__Records shown__:
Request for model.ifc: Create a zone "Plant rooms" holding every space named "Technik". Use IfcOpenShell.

First a look at what the model holds.

```python
import ifcopenshell

model = ifcopenshell.open("model.ifc")
print(model.schema)
seen = {}
for space in model.by_type("IfcSpace"):
    seen[space.LongName] = seen.get(space.LongName, 0) + 1
for name, count in sorted(seen.items(), key=str):
    print(count, "x", name)
print("zones:", [z.Name for z in model.by_type("IfcZone")][:20])
```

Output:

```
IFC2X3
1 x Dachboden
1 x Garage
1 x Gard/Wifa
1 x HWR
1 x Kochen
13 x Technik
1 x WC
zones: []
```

```python
import ifcopenshell
import ifcopenshell.api.group
import ifcopenshell.api.root

model = ifcopenshell.open("model.ifc")

names = {"Technik"}
spaces = [s for s in model.by_type("IfcSpace") if s.LongName in names]

zone = ifcopenshell.api.root.create_entity(model, ifc_class="IfcZone", name="Plant rooms")
ifcopenshell.api.group.assign_group(model, products=spaces, group=zone)
print(len(spaces), "spaces in", zone.Name)

model.write("model_edited.ifc")
```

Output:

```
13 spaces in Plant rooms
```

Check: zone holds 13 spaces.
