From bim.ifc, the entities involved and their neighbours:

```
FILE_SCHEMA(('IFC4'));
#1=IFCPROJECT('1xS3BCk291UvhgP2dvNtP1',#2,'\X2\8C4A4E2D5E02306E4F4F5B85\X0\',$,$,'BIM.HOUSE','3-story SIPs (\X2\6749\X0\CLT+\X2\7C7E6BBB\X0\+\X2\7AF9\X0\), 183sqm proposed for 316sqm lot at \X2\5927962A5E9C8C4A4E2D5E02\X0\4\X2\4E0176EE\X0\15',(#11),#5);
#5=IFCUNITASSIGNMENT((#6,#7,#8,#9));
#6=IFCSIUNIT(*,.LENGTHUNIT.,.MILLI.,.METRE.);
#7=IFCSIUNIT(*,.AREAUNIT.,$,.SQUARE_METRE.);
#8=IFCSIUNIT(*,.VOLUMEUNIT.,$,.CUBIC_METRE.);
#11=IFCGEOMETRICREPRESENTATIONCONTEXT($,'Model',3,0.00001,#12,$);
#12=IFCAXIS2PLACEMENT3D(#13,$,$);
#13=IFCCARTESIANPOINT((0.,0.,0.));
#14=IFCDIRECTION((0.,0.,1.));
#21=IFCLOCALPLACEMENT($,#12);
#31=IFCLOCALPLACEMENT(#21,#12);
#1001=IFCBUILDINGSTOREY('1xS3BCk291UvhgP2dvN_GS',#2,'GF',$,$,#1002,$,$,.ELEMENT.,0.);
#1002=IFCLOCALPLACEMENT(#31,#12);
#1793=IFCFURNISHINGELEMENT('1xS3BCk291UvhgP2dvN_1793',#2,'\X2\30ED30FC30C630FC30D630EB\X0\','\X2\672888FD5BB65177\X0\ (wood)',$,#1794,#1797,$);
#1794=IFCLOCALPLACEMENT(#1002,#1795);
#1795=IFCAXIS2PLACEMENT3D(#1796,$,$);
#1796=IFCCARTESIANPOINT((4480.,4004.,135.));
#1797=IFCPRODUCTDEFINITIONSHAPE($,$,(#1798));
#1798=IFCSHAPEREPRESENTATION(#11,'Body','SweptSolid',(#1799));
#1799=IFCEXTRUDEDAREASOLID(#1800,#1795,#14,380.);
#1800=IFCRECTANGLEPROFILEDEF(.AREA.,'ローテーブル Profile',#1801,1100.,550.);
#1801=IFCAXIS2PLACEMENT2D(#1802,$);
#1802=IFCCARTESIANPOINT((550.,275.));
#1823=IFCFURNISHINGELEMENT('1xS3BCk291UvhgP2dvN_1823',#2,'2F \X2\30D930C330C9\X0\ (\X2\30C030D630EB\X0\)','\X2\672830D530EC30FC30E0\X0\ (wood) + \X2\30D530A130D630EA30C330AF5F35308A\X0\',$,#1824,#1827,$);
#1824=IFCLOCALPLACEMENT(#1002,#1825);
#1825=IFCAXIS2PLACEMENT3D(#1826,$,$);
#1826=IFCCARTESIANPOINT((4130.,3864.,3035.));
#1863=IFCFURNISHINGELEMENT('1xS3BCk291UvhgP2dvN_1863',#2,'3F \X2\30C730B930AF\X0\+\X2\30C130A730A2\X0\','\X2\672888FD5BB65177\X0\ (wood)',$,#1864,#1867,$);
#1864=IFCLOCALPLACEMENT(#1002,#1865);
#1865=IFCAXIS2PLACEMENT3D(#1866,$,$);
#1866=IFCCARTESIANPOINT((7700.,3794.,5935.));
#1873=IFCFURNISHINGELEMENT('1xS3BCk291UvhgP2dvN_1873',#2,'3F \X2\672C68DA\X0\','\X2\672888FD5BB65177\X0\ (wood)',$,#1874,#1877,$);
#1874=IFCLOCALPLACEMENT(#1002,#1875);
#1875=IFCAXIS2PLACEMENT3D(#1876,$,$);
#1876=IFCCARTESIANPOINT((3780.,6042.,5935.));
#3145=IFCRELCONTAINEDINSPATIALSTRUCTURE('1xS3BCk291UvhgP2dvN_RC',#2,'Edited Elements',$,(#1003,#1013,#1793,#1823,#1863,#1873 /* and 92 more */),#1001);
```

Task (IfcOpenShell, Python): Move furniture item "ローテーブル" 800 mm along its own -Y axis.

```python
import ifcopenshell
import ifcopenshell.api.geometry
import ifcopenshell.util.placement

model = ifcopenshell.open("bim.ifc")

item = model.by_guid("1xS3BCk291UvhgP2dvN_1793")
matrix = ifcopenshell.util.placement.get_local_placement(item.ObjectPlacement)
matrix[:3, 3] -= matrix[:3, 1] * 800.0
ifcopenshell.api.geometry.edit_object_placement(model, product=item, matrix=matrix, is_si=False)

print(ifcopenshell.util.placement.get_local_placement(item.ObjectPlacement).round(3) + 0.0)

model.write("bim_v2.ifc")
```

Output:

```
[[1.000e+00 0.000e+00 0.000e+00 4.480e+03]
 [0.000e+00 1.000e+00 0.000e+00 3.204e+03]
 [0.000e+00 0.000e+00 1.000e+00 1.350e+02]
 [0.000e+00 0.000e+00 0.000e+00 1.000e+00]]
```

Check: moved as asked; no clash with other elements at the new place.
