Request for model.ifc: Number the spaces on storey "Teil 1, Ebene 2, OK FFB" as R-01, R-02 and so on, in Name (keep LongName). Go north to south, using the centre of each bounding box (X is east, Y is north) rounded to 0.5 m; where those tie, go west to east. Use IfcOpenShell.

First a look at what the model holds.

```python
import ifcopenshell
import ifcopenshell.util.element
import ifcopenshell.util.placement

model = ifcopenshell.open("model.ifc")
print(model.schema)
storey = next(s for s in model.by_type("IfcBuildingStorey") if s.Name == "Teil 1, Ebene 2, OK FFB")
spaces = [e for e in ifcopenshell.util.element.get_decomposition(storey) if e.is_a("IfcSpace")]
for e in sorted(spaces, key=lambda e: e.id()):
    origin = ifcopenshell.util.placement.get_local_placement(e.ObjectPlacement)[:3, 3]
    print(e.id(), e.Name, e.LongName, origin.round(2) + 0.0, sep=" | ")
```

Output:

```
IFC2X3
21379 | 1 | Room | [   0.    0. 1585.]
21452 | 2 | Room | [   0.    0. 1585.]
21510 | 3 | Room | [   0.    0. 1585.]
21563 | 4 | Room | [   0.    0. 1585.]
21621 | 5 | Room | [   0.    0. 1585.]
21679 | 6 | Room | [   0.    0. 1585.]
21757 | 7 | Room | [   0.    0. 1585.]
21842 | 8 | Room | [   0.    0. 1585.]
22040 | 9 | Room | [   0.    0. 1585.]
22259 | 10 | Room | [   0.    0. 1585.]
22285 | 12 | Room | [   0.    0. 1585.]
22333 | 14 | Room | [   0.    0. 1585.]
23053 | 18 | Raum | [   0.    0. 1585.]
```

```python
import ifcopenshell
import ifcopenshell.geom
import ifcopenshell.util.element
import ifcopenshell.util.shape

model = ifcopenshell.open("model.ifc")
settings = ifcopenshell.geom.settings()
settings.set("use-world-coords", True)


def centre(element):
    shape = ifcopenshell.geom.create_shape(settings, element)
    return ifcopenshell.util.shape.get_bbox_centroid(shape.geometry)


storey = next(s for s in model.by_type("IfcBuildingStorey") if s.Name == "Teil 1, Ebene 2, OK FFB")
spaces = [e for e in ifcopenshell.util.element.get_decomposition(storey) if e.is_a("IfcSpace")]

# Insertion points can sit at a corner or the storey origin, so sort by the geometry (in metres).
centres = {e: centre(e) for e in spaces}
spaces.sort(key=lambda e: (-round(centres[e][1] / 0.5), centres[e][0]))

for i, e in enumerate(spaces, start=1):
    number = f"R-{i:02d}"
    e.Name = number
    print(e.id(), number)

model.write("model-out.ifc")
```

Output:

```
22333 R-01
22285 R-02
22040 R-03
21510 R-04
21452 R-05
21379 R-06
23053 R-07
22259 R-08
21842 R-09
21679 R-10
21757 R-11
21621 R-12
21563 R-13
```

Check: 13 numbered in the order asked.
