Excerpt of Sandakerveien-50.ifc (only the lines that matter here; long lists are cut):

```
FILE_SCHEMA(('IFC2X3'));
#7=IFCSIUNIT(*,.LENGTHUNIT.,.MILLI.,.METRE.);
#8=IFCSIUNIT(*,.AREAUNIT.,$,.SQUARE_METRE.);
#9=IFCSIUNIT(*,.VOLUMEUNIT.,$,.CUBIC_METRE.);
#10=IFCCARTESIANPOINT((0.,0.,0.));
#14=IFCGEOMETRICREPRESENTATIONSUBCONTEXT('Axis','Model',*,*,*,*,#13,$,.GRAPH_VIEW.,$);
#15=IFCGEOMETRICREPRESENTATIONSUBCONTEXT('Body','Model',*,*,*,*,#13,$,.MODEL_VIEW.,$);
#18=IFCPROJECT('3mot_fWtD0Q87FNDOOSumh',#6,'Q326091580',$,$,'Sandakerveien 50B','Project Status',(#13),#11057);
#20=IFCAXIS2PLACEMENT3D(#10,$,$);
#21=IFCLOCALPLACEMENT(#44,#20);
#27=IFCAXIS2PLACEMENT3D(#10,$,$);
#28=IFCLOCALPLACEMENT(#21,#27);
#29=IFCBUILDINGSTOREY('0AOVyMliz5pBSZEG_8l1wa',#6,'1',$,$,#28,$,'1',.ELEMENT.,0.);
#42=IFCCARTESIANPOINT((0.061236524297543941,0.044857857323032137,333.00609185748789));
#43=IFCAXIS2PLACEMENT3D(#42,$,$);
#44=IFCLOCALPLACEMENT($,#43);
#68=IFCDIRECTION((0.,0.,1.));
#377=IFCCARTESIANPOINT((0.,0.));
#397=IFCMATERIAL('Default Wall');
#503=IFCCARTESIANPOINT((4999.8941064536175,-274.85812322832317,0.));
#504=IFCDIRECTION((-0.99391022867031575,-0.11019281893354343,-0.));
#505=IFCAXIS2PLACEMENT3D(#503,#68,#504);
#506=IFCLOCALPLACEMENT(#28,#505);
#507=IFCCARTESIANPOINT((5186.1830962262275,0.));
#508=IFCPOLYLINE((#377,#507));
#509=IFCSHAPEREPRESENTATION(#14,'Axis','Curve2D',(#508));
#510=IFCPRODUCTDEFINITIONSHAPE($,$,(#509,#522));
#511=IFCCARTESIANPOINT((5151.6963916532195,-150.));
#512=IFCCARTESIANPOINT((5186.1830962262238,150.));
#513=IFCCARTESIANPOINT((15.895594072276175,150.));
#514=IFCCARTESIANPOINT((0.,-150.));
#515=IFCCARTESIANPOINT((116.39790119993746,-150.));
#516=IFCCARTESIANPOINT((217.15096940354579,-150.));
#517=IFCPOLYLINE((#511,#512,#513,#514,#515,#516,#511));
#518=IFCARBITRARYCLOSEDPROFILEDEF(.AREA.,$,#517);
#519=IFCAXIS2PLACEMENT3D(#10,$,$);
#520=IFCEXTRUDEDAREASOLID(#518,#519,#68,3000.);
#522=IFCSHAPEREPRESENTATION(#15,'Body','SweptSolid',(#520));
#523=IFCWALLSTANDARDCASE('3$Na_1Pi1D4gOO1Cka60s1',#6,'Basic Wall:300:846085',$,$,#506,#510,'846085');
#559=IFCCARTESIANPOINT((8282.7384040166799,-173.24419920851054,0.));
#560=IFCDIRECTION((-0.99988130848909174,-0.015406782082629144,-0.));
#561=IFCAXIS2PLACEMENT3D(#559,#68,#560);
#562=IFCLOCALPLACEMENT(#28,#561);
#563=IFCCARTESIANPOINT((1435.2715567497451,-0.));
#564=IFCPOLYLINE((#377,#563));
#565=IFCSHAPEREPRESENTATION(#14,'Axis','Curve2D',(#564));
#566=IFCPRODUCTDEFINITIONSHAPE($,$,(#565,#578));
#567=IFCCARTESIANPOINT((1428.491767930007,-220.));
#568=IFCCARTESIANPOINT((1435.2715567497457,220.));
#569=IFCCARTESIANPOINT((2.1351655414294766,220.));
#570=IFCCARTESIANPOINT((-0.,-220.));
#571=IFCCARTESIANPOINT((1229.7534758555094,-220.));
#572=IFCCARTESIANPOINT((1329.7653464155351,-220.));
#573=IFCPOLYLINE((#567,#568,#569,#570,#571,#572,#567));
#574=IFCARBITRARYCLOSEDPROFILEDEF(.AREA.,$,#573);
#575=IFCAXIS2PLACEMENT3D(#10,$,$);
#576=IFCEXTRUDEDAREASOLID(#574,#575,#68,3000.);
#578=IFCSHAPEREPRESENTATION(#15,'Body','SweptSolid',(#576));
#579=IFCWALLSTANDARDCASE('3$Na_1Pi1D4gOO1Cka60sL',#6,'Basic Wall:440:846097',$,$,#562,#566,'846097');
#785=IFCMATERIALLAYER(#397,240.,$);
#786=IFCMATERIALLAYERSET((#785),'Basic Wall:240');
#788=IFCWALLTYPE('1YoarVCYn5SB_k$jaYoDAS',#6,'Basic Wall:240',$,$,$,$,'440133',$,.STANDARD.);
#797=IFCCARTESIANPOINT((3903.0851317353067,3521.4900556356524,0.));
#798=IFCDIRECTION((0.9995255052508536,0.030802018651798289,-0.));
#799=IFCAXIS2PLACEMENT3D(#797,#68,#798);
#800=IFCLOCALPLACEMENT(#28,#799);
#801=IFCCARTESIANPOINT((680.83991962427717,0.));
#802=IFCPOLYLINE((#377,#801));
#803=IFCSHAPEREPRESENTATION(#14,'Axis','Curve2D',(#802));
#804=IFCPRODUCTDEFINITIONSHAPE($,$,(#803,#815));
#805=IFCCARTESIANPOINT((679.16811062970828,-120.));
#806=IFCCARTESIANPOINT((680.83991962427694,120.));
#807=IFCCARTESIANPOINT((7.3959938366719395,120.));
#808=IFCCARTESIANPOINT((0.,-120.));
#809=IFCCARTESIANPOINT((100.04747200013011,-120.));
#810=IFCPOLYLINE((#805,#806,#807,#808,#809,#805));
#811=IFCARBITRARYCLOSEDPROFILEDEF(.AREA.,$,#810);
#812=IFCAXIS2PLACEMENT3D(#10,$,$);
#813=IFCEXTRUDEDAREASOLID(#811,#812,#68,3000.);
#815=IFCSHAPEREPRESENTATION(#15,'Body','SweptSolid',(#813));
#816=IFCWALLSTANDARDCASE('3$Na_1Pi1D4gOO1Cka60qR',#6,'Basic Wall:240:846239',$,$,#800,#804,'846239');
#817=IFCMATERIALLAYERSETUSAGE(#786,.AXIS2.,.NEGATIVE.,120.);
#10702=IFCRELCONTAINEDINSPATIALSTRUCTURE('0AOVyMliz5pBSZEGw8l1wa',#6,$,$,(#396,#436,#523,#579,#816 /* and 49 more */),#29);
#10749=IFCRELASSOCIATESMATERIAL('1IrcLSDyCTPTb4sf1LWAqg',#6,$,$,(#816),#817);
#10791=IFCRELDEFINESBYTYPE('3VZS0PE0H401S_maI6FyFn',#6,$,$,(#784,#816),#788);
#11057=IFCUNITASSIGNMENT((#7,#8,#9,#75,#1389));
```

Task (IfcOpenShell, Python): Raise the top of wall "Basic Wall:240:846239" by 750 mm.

```python
import ifcopenshell
import ifcopenshell.geom
import ifcopenshell.util.representation
import ifcopenshell.util.shape
import ifcopenshell.util.unit

model = ifcopenshell.open("Sandakerveien-50.ifc")
unit_scale = ifcopenshell.util.unit.calculate_unit_scale(model)
settings = ifcopenshell.geom.settings()


def volume(element):
    """Net volume in cubic metres, openings subtracted."""
    shape = ifcopenshell.geom.create_shape(settings, element)
    return ifcopenshell.util.shape.get_volume(shape.geometry)


wall = model.by_guid("3$Na_1Pi1D4gOO1Cka60qR")
before = volume(wall)

body = ifcopenshell.util.representation.get_representation(wall, "Model", "Body")
solid = body.Items[0]
old_height = solid.Depth
solid.Depth += 0.75 / unit_scale
after = volume(wall)

print(f"height {old_height:g} -> {solid.Depth:g}, volume {before:.3f} -> {after:.3f} m3")

model.write("Sandakerveien-50-out.ifc")
```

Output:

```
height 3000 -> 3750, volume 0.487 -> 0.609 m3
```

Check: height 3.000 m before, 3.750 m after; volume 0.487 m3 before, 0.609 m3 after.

__Task description__: Please show every line above that includes the word "asked".

__Your solution__:
Check: moved as asked; no clash with other elements at the new place.
Check: 13 numbered in the order asked.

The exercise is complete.